WORK TO BE COMPLETED: In the material below, the required lines run from the one containing "#35=IFCINDEXEDPOLYGONALFACE((1,2,4,3));" through the one containing "#42=IFCPOLYGONALFACESET(#41,$,(#35,#36,#37,#38,#39,#40),$);". Copy those lines exactly, ends included, and nothing else.
= = = = = = =
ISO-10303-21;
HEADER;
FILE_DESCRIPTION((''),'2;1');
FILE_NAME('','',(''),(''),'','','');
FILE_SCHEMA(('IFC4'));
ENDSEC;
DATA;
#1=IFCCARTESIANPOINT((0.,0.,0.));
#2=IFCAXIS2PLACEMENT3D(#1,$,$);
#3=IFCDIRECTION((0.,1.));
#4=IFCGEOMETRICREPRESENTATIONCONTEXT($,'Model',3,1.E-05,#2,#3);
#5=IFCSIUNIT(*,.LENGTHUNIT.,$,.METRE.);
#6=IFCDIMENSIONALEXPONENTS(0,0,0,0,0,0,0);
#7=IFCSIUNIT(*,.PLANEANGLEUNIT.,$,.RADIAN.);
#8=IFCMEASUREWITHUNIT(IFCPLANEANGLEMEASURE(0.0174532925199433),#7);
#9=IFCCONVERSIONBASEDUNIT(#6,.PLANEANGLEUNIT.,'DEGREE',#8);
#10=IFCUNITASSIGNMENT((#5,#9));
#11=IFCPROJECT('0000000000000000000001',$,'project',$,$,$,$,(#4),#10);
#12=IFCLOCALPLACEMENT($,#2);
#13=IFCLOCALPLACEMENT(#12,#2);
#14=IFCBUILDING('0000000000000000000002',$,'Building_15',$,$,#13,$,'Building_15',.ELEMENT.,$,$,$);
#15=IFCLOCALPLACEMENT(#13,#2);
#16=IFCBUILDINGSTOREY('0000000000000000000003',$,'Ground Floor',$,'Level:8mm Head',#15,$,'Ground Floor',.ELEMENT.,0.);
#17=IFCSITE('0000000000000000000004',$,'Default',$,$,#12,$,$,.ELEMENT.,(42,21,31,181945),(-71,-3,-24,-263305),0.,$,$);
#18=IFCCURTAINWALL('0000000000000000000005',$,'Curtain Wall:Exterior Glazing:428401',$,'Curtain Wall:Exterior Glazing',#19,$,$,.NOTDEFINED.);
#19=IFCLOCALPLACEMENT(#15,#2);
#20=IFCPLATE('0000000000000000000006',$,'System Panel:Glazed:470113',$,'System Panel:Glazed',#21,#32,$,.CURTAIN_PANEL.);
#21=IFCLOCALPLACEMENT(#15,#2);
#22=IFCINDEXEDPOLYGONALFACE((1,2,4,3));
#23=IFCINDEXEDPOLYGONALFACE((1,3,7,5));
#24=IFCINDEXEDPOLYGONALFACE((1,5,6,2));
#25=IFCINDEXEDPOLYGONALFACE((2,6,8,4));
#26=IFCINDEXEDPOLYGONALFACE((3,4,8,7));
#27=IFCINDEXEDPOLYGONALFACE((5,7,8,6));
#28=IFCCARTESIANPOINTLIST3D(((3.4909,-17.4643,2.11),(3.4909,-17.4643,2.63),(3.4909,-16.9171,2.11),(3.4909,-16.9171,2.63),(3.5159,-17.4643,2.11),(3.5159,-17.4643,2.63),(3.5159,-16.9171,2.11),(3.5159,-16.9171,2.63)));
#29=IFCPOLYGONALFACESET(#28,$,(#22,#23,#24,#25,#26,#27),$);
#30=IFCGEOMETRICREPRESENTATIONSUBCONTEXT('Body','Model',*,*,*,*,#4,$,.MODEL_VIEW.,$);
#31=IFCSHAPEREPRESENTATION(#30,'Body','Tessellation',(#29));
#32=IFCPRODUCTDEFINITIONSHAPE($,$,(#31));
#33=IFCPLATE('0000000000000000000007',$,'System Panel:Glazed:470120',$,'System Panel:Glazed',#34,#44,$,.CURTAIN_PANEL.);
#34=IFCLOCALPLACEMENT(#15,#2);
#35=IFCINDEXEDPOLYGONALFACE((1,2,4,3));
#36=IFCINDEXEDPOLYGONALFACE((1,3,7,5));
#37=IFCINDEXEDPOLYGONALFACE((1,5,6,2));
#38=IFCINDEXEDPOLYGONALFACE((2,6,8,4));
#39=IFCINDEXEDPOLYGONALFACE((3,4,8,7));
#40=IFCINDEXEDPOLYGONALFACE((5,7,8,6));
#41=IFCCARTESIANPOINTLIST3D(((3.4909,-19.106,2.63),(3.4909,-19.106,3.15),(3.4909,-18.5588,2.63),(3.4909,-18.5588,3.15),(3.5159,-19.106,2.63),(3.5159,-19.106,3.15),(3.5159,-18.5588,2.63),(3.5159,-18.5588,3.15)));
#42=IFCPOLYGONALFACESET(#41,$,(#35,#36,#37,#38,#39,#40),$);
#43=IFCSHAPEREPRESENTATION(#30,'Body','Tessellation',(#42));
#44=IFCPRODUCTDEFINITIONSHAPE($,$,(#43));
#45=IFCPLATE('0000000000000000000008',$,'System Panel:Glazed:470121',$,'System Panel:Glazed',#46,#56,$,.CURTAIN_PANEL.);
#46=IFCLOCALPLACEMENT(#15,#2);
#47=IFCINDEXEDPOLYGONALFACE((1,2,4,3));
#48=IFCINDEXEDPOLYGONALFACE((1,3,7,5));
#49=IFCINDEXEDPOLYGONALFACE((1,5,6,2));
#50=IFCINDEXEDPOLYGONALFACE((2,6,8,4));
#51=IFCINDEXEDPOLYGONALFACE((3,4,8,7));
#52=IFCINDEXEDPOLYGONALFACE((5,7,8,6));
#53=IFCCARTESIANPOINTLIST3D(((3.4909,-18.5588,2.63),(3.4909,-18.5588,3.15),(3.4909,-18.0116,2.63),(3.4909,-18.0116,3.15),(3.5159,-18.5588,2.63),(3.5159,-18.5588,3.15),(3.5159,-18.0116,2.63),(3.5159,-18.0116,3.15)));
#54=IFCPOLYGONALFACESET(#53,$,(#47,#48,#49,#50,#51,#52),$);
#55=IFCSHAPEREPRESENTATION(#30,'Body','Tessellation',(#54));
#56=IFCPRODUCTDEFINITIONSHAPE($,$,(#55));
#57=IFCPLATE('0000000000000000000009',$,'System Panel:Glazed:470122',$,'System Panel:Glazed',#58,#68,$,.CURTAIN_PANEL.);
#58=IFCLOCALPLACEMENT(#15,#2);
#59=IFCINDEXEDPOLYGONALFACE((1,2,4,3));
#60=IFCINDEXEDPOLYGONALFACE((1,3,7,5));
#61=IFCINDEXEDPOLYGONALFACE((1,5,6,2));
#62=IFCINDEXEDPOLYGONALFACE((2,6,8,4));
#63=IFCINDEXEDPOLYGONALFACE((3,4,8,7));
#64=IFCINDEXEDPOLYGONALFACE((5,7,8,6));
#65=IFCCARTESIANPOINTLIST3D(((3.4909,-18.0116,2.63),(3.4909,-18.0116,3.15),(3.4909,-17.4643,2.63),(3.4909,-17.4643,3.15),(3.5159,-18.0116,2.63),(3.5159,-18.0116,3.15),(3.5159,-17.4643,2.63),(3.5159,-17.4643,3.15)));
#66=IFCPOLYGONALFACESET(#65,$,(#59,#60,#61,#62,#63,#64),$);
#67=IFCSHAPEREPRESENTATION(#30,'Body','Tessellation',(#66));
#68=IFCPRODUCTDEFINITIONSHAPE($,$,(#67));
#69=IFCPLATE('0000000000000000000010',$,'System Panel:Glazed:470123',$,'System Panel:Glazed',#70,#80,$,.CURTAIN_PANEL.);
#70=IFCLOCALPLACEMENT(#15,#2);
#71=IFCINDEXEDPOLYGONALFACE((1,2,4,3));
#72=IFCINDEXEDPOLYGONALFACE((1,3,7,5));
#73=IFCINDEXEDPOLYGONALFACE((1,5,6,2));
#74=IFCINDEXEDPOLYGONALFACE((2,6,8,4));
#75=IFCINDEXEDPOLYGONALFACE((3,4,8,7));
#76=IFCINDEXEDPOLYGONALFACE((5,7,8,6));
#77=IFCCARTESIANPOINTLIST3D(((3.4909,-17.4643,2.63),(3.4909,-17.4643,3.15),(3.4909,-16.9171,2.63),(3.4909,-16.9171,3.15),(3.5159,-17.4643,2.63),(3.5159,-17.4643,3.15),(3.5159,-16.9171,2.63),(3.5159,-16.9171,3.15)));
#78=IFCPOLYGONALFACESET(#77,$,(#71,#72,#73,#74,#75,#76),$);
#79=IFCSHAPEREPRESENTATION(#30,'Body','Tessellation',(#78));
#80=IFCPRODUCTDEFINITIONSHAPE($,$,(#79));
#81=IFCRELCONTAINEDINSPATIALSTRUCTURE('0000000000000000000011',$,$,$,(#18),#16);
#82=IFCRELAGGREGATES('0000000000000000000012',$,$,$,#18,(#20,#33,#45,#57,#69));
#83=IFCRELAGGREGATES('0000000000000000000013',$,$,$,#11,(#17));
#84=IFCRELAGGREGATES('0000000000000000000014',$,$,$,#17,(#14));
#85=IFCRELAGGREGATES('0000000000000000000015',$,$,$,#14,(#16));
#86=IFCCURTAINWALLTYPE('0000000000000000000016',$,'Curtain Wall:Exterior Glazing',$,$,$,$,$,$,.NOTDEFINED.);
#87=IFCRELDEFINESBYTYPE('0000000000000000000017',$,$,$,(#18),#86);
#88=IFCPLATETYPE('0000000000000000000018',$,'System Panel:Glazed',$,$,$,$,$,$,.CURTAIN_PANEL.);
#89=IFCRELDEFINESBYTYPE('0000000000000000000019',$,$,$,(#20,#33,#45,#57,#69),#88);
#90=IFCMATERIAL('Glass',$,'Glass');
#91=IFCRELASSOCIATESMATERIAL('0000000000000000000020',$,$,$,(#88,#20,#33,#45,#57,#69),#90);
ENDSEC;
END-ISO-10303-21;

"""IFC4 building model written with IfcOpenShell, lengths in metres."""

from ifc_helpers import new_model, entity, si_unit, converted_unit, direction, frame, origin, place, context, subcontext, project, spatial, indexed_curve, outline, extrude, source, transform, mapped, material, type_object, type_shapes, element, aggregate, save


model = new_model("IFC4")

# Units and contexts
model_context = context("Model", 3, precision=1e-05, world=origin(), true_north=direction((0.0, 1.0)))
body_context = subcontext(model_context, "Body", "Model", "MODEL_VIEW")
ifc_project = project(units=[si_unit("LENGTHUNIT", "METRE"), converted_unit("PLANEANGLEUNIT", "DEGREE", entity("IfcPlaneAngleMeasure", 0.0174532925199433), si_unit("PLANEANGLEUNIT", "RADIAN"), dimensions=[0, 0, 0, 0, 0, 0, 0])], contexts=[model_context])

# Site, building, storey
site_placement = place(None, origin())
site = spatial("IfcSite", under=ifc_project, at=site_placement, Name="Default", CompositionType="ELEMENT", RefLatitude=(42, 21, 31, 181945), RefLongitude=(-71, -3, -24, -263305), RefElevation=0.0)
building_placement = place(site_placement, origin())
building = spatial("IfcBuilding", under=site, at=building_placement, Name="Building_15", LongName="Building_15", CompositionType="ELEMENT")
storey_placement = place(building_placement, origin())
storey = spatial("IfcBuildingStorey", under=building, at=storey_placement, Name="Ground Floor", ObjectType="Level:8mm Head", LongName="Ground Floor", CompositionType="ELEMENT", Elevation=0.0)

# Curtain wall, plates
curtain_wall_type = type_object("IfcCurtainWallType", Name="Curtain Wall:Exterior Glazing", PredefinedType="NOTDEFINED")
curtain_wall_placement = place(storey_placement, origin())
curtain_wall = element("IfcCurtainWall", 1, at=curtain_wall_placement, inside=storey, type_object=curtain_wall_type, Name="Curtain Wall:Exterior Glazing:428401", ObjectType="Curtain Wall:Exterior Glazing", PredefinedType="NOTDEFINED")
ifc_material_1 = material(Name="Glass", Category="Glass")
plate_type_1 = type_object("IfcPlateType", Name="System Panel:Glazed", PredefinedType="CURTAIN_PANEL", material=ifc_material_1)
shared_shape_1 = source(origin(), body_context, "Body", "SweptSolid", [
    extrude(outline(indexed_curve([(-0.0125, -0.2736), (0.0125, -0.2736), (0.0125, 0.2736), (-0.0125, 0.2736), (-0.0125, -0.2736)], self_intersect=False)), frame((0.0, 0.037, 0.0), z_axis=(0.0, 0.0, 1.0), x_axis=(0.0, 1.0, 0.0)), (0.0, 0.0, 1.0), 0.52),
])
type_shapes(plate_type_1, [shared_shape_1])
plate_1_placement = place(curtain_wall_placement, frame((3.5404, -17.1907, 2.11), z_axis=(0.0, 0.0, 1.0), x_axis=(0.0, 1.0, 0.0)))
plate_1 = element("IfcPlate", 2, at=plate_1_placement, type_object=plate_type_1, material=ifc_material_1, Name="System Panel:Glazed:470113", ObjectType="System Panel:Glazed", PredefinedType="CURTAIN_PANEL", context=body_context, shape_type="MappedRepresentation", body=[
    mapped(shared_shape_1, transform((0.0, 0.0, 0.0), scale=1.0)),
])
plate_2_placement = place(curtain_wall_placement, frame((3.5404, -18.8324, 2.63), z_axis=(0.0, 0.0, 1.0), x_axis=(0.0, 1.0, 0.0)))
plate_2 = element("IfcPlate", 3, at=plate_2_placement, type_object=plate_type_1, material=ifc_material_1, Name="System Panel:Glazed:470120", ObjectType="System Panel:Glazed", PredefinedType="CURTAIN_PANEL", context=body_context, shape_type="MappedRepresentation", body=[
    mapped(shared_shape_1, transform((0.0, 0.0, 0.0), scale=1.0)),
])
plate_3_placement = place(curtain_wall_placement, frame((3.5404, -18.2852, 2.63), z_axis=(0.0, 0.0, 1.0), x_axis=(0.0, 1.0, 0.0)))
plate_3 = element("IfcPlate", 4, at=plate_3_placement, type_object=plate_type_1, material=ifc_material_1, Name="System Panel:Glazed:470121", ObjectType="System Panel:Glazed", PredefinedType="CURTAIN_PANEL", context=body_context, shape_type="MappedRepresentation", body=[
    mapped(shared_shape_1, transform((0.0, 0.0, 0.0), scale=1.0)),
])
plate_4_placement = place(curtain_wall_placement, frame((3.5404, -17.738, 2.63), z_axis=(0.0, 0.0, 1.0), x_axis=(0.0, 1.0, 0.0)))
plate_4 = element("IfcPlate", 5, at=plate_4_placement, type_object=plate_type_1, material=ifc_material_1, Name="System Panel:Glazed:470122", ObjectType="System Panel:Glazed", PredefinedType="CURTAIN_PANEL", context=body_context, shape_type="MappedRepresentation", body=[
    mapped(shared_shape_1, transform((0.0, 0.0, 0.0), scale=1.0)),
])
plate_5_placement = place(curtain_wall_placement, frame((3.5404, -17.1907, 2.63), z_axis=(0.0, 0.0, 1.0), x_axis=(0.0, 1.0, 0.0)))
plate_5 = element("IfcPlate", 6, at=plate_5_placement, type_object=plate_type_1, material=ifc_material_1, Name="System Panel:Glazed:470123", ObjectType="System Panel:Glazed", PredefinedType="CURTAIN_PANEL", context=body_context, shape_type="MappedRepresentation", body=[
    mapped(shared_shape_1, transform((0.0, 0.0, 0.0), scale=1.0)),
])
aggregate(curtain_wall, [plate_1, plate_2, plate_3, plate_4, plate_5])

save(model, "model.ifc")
= = = = = = =
RESPONSE:
#35=IFCINDEXEDPOLYGONALFACE((1,2,4,3));
#36=IFCINDEXEDPOLYGONALFACE((1,3,7,5));
#37=IFCINDEXEDPOLYGONALFACE((1,5,6,2));
#38=IFCINDEXEDPOLYGONALFACE((2,6,8,4));
#39=IFCINDEXEDPOLYGONALFACE((3,4,8,7));
#40=IFCINDEXEDPOLYGONALFACE((5,7,8,6));
#41=IFCCARTESIANPOINTLIST3D(((3.4909,-19.106,2.63),(3.4909,-19.106,3.15),(3.4909,-18.5588,2.63),(3.4909,-18.5588,3.15),(3.5159,-19.106,2.63),(3.5159,-19.106,3.15),(3.5159,-18.5588,2.63),(3.5159,-18.5588,3.15)));
#42=IFCPOLYGONALFACESET(#41,$,(#35,#36,#37,#38,#39,#40),$);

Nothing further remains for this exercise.